American Express chief digital officer for Australia and New Zealand, Dean Chadwick, spoke to Fintech Business ahead of the official launch of Stone & Chalk tomorrow night.
Mr Chadwick, who ran an innovation lab within American Express throughout 2011, said it took him “about three minutes” to decide his company would be part of Stone & Chalk.
“KPMG came to us in the end of December [2014] and they spoke about what they were trying to do with the NSW Government and other stakeholder organisations, but it was very much at the early stages,” Mr Chadwick said.
“The desire to create something which was akin, if not better, than Level 39 in the UK,” he said.
American Express has been “quite entrenched” in the start-up community for some time now, Mr Chadwick said.
In 2011 the company set up the venture capital division American Express Ventures based out of Palo Alto in Silicon Valley.
The venture capital is currently invested in around 20 start-ups, and is looking at investment opportunities in three core areas, Mr Chadwick said.
“First, how do we better leverage technology to better connect our buyers and sellers?” he asked.
“Our ethos is to look at the commerce chain, the buyer and the seller – and what can we do to make it more efficient and innovative,” Mr Chadwick said.
The second area of interest for American Express is new technology that can improve some of the company’s core capabilities, he said.
“We're very big in security, fraud detection and customer acquisition in terms of are there new platforms available to help us drive acquisition efficiency,” Mr Chadwick said.
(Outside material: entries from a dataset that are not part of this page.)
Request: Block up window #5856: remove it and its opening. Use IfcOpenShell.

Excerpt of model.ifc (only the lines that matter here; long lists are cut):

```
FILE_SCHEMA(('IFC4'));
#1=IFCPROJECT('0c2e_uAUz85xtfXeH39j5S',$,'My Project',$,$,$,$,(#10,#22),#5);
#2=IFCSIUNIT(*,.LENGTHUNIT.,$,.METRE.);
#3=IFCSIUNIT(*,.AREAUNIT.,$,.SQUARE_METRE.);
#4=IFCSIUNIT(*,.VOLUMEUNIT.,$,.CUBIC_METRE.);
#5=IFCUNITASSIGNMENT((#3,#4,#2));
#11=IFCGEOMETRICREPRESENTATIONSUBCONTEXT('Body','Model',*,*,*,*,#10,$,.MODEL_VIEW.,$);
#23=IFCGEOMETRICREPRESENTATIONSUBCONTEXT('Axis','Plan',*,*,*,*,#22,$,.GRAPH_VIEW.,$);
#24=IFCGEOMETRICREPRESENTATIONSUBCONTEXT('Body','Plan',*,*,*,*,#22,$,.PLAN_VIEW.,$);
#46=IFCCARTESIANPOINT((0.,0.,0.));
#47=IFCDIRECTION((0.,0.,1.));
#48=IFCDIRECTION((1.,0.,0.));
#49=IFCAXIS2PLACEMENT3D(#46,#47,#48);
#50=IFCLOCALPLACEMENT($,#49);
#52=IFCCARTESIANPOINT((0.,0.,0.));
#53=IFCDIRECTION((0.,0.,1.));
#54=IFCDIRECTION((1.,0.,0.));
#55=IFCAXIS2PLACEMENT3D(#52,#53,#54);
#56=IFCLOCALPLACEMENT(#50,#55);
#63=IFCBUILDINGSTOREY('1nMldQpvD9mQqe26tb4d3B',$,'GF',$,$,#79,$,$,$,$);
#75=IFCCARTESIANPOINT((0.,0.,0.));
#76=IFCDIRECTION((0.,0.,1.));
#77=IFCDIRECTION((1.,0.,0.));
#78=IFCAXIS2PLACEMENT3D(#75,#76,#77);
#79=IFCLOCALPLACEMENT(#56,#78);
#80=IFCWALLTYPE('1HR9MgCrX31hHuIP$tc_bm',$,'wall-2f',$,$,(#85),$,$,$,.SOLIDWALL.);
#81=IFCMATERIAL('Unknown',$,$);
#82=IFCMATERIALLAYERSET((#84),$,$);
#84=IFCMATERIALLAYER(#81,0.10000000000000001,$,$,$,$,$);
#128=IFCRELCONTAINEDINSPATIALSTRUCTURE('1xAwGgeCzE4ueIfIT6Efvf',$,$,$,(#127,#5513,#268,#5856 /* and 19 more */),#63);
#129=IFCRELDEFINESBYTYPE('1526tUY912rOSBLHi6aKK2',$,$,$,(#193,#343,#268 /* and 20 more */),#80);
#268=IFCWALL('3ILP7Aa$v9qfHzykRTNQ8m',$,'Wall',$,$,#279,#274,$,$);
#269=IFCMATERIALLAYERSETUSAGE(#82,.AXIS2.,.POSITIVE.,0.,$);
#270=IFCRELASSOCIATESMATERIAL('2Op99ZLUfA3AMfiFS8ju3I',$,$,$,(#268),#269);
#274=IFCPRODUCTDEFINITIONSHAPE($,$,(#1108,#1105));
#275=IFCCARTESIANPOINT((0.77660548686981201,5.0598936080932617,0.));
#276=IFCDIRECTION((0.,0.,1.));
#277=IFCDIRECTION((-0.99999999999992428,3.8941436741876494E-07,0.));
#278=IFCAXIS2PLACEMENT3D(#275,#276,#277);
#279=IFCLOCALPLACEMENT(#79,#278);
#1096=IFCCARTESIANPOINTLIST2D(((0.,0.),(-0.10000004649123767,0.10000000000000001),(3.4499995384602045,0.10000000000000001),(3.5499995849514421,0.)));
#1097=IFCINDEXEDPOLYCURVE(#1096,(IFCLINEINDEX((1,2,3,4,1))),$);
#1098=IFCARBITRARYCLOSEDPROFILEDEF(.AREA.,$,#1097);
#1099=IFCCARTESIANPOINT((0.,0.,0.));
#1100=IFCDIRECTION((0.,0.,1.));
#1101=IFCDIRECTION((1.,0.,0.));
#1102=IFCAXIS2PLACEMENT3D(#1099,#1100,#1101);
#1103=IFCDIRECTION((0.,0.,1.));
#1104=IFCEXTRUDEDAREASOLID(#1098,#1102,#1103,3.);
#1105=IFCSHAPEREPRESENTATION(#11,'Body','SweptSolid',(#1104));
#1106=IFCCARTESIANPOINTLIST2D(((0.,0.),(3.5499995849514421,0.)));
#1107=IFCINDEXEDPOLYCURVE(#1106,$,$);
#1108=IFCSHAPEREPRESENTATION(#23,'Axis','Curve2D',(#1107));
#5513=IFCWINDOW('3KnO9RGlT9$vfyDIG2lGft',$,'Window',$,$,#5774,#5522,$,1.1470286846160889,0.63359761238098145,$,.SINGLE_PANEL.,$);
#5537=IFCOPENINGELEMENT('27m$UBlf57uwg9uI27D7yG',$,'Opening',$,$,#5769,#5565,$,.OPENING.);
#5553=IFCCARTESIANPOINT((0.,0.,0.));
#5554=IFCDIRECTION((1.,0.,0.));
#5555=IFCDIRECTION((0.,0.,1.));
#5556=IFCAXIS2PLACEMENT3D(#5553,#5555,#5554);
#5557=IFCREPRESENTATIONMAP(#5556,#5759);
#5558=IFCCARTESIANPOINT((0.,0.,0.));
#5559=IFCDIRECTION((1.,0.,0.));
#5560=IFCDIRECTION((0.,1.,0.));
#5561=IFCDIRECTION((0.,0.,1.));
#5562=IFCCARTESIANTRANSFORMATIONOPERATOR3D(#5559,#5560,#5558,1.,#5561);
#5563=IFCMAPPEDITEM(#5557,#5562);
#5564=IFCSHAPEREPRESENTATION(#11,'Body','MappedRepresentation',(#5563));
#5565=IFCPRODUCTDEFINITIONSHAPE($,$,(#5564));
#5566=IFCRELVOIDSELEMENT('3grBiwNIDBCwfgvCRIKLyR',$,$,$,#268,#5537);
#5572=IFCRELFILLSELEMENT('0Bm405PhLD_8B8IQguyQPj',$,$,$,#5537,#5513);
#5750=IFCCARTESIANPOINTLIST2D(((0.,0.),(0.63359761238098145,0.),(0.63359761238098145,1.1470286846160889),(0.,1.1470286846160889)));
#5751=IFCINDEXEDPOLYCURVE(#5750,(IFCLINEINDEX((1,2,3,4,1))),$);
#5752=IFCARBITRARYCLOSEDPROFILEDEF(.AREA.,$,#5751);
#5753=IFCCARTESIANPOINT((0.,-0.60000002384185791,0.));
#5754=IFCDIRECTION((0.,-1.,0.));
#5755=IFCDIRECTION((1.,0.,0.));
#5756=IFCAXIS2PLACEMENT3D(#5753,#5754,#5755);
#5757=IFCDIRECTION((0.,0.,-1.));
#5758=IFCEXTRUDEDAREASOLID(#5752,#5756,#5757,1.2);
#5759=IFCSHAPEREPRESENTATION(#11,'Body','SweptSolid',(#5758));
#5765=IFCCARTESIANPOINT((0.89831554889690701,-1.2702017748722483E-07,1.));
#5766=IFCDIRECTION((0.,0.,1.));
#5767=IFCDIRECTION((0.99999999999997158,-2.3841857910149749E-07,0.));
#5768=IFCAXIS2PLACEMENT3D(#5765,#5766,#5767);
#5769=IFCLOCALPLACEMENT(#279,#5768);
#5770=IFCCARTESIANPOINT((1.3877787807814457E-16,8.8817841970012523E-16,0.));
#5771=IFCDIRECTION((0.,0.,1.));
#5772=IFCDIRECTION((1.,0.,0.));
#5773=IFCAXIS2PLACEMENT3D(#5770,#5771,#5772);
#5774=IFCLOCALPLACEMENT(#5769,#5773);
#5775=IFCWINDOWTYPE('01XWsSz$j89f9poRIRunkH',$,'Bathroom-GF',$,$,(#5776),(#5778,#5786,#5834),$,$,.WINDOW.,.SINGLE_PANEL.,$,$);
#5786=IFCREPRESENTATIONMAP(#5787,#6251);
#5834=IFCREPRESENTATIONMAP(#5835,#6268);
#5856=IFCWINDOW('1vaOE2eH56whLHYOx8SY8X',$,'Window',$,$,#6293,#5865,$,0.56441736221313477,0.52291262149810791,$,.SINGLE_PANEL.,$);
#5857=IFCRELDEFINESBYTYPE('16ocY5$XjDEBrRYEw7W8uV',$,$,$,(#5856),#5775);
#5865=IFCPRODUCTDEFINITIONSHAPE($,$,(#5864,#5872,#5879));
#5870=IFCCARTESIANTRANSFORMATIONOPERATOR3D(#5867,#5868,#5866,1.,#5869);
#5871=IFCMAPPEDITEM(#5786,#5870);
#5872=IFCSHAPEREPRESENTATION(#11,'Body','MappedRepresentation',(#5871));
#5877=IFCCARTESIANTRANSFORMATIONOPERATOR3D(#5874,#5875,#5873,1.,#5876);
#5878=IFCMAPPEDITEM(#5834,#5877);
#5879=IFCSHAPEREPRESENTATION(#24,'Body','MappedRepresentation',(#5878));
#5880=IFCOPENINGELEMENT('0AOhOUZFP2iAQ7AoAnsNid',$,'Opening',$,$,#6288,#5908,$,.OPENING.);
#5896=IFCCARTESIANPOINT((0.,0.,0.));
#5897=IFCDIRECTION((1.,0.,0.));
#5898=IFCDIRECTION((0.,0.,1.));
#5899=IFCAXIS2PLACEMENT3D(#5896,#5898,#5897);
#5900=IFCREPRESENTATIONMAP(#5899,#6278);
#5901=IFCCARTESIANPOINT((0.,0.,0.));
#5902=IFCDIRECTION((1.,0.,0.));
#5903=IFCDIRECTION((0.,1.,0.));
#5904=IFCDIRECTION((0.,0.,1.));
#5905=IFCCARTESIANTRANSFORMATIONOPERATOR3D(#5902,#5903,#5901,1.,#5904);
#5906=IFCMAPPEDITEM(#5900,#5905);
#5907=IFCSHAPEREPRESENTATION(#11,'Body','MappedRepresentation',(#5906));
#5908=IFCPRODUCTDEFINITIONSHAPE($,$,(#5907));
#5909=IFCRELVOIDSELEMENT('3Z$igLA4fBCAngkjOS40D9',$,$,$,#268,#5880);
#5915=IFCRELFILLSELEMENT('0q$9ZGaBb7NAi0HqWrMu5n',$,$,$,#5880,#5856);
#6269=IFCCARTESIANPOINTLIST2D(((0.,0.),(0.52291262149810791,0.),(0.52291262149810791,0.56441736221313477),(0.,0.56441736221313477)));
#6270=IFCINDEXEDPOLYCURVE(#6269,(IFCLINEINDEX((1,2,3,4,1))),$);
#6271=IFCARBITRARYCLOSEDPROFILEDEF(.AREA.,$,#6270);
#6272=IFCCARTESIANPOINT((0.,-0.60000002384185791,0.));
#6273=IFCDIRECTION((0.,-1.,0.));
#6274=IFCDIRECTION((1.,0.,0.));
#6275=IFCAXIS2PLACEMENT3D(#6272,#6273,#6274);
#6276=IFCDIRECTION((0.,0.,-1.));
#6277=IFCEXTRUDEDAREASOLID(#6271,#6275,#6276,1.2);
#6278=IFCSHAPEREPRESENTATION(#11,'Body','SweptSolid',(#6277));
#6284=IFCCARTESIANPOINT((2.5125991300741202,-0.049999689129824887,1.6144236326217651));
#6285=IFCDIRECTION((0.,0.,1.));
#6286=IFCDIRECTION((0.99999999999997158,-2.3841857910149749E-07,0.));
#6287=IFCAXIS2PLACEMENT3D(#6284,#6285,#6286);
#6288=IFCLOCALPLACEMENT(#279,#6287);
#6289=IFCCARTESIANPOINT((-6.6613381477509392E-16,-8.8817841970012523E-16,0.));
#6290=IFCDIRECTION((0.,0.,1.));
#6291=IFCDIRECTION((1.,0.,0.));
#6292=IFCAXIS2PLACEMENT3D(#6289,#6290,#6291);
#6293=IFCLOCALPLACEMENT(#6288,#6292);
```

```python
import ifcopenshell
import ifcopenshell.api.feature
import ifcopenshell.api.root
import ifcopenshell.geom
import ifcopenshell.util.shape

model = ifcopenshell.open("model.ifc")
settings = ifcopenshell.geom.settings()


def volume(element):
    """Net volume in cubic metres, openings subtracted."""
    shape = ifcopenshell.geom.create_shape(settings, element)
    return ifcopenshell.util.shape.get_volume(shape.geometry)


window = model.by_guid("1vaOE2eH56whLHYOx8SY8X")
opening = window.FillsVoids[0].RelatingOpeningElement
wall = opening.VoidsElements[0].RelatingBuildingElement
before = volume(wall)

ifcopenshell.api.root.remove_product(model, product=window)
ifcopenshell.api.feature.remove_feature(model, feature=opening)

after = volume(wall)

print(f"wall volume {before:.3f} -> {after:.3f} m3")

model.write("model_v2.ifc")
```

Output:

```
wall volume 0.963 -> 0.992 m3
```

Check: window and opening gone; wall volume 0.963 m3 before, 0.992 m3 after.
“The third piece is: insights that we can help provide retailers to help them fuel growth. Would that allow them to identify new locations, new flight routes – what is it from a dataset to provide more value to those partners?” he said.
Concurrently with the Palo Alto-based venture capital fund, Mr Chadwick was running an innovation lab within American Express throughout 2011.
“The whole ethos was to go a little bit ‘off the grid’ to come up with a number of different concepts,” he said.
“It wasn't about trying to create products which were going to be sustainable, but it was about individual use cases – is there a nub of an idea that might work here?” Mr Chadwick said.
American Express also created a culture within the organisation where it was OK to fail, he said.
“I felt back in 2011 we were one of the first organisations to cultivate that. And it was very different from the top-down approach – giving us permission to go and do that, and then invest the resources to facilitate that. A lot more organisations are starting to do that now,” Mr Chadwick said.
American Express is one of the founding partners of Stone & Chalk.
“This centre of gravity that [Stone & Chalk CEO] Alex [Scandurra] is trying to create – it's going to be something through which I'm going to be able to see lots of different talented organisations and people, and to strike a partnership on a go-forward basis,” Mr Chadwick said.
“Who knows what will come out of some of these innovative start-ups coming out of Stone & Chalk – I'm excited to see what that might be.
“But I like the fact that there is this place now that is dedicated to fintech,” he said.